Carol Altmann – The Terrier

Today is the final episode of Season One of House of Cards meets Warrnambool City Council meets Game of Thrones, where all the lines in the ever-thickening and outrageous plot come together and I lay it all out on the table.

The opening scene in this special, double episode is yet another corporate credit card – we are now up to number four – which has the same pattern of spending on the backs of ratepayers that has become so depressingly familiar: the dinners, the drinks, the endless coffees, the lunches, on and on and on.

I have been sitting on all of this information for a very, very long time, hoping the council would eventually throw open the windows, but it hasn’t and it won’t, so I am doing it for them.

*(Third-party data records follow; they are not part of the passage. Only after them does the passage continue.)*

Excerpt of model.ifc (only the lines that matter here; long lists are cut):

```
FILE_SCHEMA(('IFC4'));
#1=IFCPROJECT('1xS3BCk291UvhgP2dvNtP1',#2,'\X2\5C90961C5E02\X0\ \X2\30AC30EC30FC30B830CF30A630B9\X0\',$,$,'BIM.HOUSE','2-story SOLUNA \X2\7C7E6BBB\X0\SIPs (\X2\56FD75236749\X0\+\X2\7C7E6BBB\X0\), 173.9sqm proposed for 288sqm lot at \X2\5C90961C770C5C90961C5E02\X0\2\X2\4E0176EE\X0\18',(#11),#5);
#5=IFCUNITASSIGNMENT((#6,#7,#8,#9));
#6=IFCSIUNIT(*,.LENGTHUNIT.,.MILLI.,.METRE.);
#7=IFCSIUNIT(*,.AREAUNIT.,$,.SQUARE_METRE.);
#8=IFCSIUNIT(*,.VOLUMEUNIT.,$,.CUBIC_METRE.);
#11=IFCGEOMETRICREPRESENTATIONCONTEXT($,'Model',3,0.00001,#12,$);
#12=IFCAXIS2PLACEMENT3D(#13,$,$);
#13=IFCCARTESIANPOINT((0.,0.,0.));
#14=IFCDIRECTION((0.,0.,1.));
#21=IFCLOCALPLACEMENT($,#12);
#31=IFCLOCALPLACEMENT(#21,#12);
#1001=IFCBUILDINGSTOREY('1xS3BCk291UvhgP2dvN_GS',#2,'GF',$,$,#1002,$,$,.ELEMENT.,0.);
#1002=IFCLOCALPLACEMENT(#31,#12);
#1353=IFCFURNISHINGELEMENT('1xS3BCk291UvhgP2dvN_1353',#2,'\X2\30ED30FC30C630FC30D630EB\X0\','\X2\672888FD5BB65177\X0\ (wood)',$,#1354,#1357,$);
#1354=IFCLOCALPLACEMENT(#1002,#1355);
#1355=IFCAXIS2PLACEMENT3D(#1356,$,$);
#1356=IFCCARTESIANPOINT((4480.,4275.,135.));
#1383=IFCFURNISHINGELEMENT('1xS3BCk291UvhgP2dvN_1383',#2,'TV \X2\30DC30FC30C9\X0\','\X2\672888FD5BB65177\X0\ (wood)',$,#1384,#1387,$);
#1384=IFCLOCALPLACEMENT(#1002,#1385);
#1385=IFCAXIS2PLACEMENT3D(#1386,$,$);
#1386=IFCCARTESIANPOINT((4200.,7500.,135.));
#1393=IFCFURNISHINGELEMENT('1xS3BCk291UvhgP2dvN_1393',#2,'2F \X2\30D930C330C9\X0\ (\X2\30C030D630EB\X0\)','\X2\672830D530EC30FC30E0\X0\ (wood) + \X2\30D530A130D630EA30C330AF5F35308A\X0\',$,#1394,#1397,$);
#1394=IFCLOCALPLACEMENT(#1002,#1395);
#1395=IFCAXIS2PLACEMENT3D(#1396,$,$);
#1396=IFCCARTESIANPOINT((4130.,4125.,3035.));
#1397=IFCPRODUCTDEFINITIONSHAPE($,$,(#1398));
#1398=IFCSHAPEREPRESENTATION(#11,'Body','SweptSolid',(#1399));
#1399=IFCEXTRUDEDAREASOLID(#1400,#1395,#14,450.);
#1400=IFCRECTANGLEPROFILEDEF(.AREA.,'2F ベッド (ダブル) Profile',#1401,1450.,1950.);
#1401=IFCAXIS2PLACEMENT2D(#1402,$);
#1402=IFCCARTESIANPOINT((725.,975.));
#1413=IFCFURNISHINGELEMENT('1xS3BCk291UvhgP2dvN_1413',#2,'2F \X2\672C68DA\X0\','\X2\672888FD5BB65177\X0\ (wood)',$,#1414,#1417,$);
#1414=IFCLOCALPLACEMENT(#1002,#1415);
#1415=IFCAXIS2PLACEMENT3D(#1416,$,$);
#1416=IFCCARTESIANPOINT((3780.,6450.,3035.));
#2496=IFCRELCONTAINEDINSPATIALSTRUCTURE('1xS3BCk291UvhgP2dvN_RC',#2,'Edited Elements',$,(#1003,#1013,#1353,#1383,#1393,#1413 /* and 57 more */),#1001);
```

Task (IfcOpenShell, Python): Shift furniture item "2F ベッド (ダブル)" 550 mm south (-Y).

```python
import ifcopenshell
import ifcopenshell.api.geometry
import ifcopenshell.util.placement

model = ifcopenshell.open("model.ifc")

item = model.by_id(1393)
matrix = ifcopenshell.util.placement.get_local_placement(item.ObjectPlacement)
matrix[1, 3] -= 550.0
ifcopenshell.api.geometry.edit_object_placement(model, product=item, matrix=matrix, is_si=False)

print(ifcopenshell.util.placement.get_local_placement(item.ObjectPlacement).round(3) + 0.0)

model.write("model_rev.ifc")
```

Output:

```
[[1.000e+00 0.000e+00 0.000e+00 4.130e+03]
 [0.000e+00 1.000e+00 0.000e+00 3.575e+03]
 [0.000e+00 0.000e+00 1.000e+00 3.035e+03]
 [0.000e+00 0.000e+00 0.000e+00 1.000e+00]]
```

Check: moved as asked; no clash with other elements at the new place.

I will start with credit card #4 and a snapshot:

Exhibit A is $98 worth of drinks at the Hairy Goat on a Friday night on 21 September last year, which is around the time when, supposedly, the council was cracking down on its credit card use after “discovering” the inappropriate and over-the-top spending of former tourism chief David McMahon.

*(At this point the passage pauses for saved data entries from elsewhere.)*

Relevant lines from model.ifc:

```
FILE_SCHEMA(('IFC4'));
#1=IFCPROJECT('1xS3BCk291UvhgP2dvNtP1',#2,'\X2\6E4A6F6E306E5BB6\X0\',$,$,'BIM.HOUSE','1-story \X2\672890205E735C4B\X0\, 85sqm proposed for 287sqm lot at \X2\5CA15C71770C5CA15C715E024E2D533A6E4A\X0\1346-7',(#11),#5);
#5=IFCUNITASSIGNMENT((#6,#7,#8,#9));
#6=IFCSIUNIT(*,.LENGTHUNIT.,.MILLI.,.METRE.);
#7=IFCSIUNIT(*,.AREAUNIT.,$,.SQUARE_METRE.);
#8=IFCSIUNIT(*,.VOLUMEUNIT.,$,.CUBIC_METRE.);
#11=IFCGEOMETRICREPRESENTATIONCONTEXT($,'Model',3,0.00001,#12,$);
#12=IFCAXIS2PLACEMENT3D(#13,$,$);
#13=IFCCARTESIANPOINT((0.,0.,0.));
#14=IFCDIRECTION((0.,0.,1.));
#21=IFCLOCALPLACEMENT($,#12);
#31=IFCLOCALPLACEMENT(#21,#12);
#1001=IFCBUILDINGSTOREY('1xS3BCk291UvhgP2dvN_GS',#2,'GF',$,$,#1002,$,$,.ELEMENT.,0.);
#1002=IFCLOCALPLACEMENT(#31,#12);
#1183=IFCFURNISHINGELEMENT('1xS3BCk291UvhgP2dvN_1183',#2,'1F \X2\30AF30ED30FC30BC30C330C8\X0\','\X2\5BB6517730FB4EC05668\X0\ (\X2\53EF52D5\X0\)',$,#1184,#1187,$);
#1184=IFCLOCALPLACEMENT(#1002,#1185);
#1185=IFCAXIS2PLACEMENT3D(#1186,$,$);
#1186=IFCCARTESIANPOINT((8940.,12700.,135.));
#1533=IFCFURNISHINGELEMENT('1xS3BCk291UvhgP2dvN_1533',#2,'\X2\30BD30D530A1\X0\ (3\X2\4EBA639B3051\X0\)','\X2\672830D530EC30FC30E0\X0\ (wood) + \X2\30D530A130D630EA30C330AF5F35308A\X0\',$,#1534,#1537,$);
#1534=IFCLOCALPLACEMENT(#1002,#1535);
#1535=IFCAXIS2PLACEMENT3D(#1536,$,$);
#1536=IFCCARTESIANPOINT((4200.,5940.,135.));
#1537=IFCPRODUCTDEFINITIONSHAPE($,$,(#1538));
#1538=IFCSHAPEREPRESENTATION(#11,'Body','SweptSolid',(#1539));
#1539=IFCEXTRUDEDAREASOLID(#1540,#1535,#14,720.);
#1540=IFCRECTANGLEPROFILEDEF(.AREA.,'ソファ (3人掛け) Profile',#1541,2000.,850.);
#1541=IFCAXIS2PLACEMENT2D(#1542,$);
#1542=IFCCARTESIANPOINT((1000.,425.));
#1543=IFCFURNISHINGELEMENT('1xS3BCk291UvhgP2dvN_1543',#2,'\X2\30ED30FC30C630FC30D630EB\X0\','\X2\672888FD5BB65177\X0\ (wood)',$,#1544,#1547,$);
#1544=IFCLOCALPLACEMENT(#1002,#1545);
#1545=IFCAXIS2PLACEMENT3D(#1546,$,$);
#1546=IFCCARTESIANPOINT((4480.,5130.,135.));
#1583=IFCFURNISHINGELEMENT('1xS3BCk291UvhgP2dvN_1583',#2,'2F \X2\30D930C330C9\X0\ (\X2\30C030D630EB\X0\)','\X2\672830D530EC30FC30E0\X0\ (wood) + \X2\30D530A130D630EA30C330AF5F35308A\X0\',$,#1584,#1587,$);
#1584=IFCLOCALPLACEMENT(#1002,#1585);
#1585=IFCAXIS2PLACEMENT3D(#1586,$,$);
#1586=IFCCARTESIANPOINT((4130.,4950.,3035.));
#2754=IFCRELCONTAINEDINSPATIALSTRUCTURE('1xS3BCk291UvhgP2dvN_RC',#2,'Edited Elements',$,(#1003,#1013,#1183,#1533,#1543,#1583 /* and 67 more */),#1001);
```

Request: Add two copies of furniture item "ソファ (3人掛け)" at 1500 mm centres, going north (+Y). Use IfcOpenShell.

```python
import numpy as np
import ifcopenshell
import ifcopenshell.api.geometry
import ifcopenshell.api.root
import ifcopenshell.util.element
import ifcopenshell.util.placement
import ifcopenshell.util.unit

model = ifcopenshell.open("model.ifc")
unit_scale = ifcopenshell.util.unit.calculate_unit_scale(model)


def reuse_history(source, copy):
    """copy_class also copies each property set's owner history, people and application; keep the originals."""
    for rel in copy.IsDefinedBy:
        if rel.is_a("IfcRelDefinesByProperties") and (history := rel.RelatingPropertyDefinition.OwnerHistory):
            rel.RelatingPropertyDefinition.OwnerHistory = source.OwnerHistory
            ifcopenshell.util.element.remove_deep2(model, history)


source = model.by_id(1533)
base = ifcopenshell.util.placement.get_local_placement(source.ObjectPlacement)
step = np.array([0.0, 1.0, 0.0]) * 1.5 / unit_scale

for i in range(1, 3):
    copy = ifcopenshell.api.root.copy_class(model, product=source)
    copy.Representation = ifcopenshell.util.element.copy_deep(
        model, source.Representation, exclude=["IfcGeometricRepresentationContext", "IfcRepresentationMap"]
    )
    reuse_history(source, copy)
    matrix = base.copy()
    matrix[:3, 3] += i * step
    print("added at", matrix[:3, 3].round(3) + 0.0)
    ifcopenshell.api.geometry.edit_object_placement(model, product=copy, matrix=matrix, is_si=False)

model.write("model_updated.ifc")
```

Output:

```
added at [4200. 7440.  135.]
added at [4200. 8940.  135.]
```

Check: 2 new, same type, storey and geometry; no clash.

Exhibit B is a $163 dinner for two people at the Warrnambool Hotel on a Saturday night, 26 May last year, which included a dozen oysters au naturale and, wait for it, a plate of eye fillet. (Whoever gets to play the eye fillet in the eventual movie of this saga is going to become a star).

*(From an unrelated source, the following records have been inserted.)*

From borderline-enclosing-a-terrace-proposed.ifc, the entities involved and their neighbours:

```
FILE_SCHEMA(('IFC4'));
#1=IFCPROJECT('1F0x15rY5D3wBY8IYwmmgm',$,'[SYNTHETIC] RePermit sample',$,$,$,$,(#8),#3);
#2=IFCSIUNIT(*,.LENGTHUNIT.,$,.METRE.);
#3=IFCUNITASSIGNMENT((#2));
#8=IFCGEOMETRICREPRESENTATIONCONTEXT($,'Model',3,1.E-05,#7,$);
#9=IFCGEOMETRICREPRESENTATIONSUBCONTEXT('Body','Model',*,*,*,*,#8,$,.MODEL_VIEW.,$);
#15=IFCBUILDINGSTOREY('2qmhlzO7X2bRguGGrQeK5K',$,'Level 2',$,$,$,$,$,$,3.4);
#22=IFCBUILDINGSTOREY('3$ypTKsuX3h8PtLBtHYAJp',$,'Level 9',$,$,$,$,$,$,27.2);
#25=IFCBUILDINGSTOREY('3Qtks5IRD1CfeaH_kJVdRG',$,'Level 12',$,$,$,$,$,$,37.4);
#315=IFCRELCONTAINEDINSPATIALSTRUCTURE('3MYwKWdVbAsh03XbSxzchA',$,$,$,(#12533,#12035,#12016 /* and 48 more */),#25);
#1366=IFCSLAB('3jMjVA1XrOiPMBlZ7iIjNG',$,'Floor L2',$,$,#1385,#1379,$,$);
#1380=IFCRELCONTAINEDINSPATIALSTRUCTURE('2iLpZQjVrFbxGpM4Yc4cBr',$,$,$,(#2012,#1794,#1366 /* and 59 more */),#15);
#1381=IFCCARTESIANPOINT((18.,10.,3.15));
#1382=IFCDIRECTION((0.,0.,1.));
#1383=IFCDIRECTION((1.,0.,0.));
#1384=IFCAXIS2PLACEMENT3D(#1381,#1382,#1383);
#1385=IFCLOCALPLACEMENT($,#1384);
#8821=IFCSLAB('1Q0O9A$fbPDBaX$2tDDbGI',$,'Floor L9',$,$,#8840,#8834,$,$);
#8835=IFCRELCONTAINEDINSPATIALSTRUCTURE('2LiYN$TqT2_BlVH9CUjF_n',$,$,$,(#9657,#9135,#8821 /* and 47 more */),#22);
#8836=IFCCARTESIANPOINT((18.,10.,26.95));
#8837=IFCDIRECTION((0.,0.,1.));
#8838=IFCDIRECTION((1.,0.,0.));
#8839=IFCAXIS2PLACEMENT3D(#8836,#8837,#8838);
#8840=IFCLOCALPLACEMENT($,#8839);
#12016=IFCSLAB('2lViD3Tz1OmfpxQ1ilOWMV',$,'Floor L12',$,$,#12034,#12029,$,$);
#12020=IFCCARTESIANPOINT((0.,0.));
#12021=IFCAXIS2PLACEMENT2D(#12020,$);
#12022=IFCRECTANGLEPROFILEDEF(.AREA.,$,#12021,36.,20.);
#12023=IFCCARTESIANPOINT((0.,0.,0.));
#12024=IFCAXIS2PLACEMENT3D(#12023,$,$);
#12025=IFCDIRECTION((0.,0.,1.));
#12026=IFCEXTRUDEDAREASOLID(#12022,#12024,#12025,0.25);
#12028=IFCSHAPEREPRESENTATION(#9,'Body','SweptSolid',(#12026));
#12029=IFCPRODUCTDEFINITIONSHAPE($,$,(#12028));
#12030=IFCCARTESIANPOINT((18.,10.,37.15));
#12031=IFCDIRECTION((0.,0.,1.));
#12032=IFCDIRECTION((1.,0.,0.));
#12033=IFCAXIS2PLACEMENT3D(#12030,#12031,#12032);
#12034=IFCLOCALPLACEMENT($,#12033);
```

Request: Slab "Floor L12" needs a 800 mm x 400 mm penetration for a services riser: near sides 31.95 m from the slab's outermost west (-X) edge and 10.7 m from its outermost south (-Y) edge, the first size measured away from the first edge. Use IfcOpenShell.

```python
import numpy as np
import ifcopenshell
import ifcopenshell.api.feature
import ifcopenshell.api.geometry
import ifcopenshell.api.root
import ifcopenshell.geom
import ifcopenshell.util.placement
import ifcopenshell.util.representation
import ifcopenshell.util.shape
import ifcopenshell.util.unit

model = ifcopenshell.open("borderline-enclosing-a-terrace-proposed.ifc")
unit_scale = ifcopenshell.util.unit.calculate_unit_scale(model)
settings = ifcopenshell.geom.settings()


def volume(element):
    """Net volume in cubic metres, openings subtracted."""
    shape = ifcopenshell.geom.create_shape(settings, element)
    return ifcopenshell.util.shape.get_volume(shape.geometry)


slab = model.by_guid("2lViD3Tz1OmfpxQ1ilOWMV")
before = volume(slab)

# Extent in the slab's own axes, in metres. The edges named are its -X and -Y sides.
slab_shape = ifcopenshell.geom.create_shape(settings, slab)
vertices = ifcopenshell.util.shape.get_vertices(slab_shape.geometry)
x_min, y_min, bottom = vertices.min(axis=0)
top = vertices[:, 2].max()

opening = ifcopenshell.api.root.create_entity(model, ifc_class="IfcOpeningElement", name="Services riser opening", predefined_type="OPENING")
context = ifcopenshell.util.representation.get_context(model, "Model", "Body", "MODEL_VIEW")
width, depth = 0.8, 0.4
outline = [(0.0, 0.0), (width, 0.0), (width, depth), (0.0, depth), (0.0, 0.0)]
# Overshoot both faces by 50 mm so the cut is clean.
shape = ifcopenshell.api.geometry.add_slab_representation(
    model, context=context, depth=top - bottom + 0.1, polyline=outline
)
ifcopenshell.api.geometry.assign_representation(model, product=opening, representation=shape)

matrix = ifcopenshell.util.placement.get_local_placement(slab.ObjectPlacement)
matrix[:, 3] = matrix @ np.append(np.array([x_min + 31.95, y_min + 10.7, bottom - 0.05]) / unit_scale, 1.0)
ifcopenshell.api.geometry.edit_object_placement(model, product=opening, matrix=matrix, is_si=False)
ifcopenshell.api.feature.add_feature(model, feature=opening, element=slab)

after = volume(slab)

print(f"slab volume {before:.3f} -> {after:.3f} m3")

model.write("borderline-enclosing-a-terrace-proposed_updated.ifc")
```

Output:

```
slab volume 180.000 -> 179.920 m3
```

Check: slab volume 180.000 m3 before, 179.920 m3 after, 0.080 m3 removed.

And then there is Exhibit C, a receipt from 10 December last year – after the council re-wrote its floppy credit card policy – where two people spent $105.30 on dinner at the Japanese cafe Gyoza Gyoza in Melbourne, of which $44.90 was soaked up by a bottle of pinot gris (with two glasses).

This outing was enjoyed just a week after the council decided to apply to break the rate cap and bump our rates up by 4.5% this year and the next.

What a ****** cheek.

Like you, I have had a gut full of the excuses and the ducking and weaving and hiding behind Utopia inspired spin that does nothing to comfort ratepayers that this long age of entitlement, slack governance and lack of accountability is well and truly over.

It needs to be rooted out and that’s why it’s time to name names.

Credit card #4 is held by the Manager of Economic Development and Investment Shaun Miller, he of the two jobs and who, after being named in relation to those two jobs, prompted an email from CEO Peter Schneider asking me not to name staff.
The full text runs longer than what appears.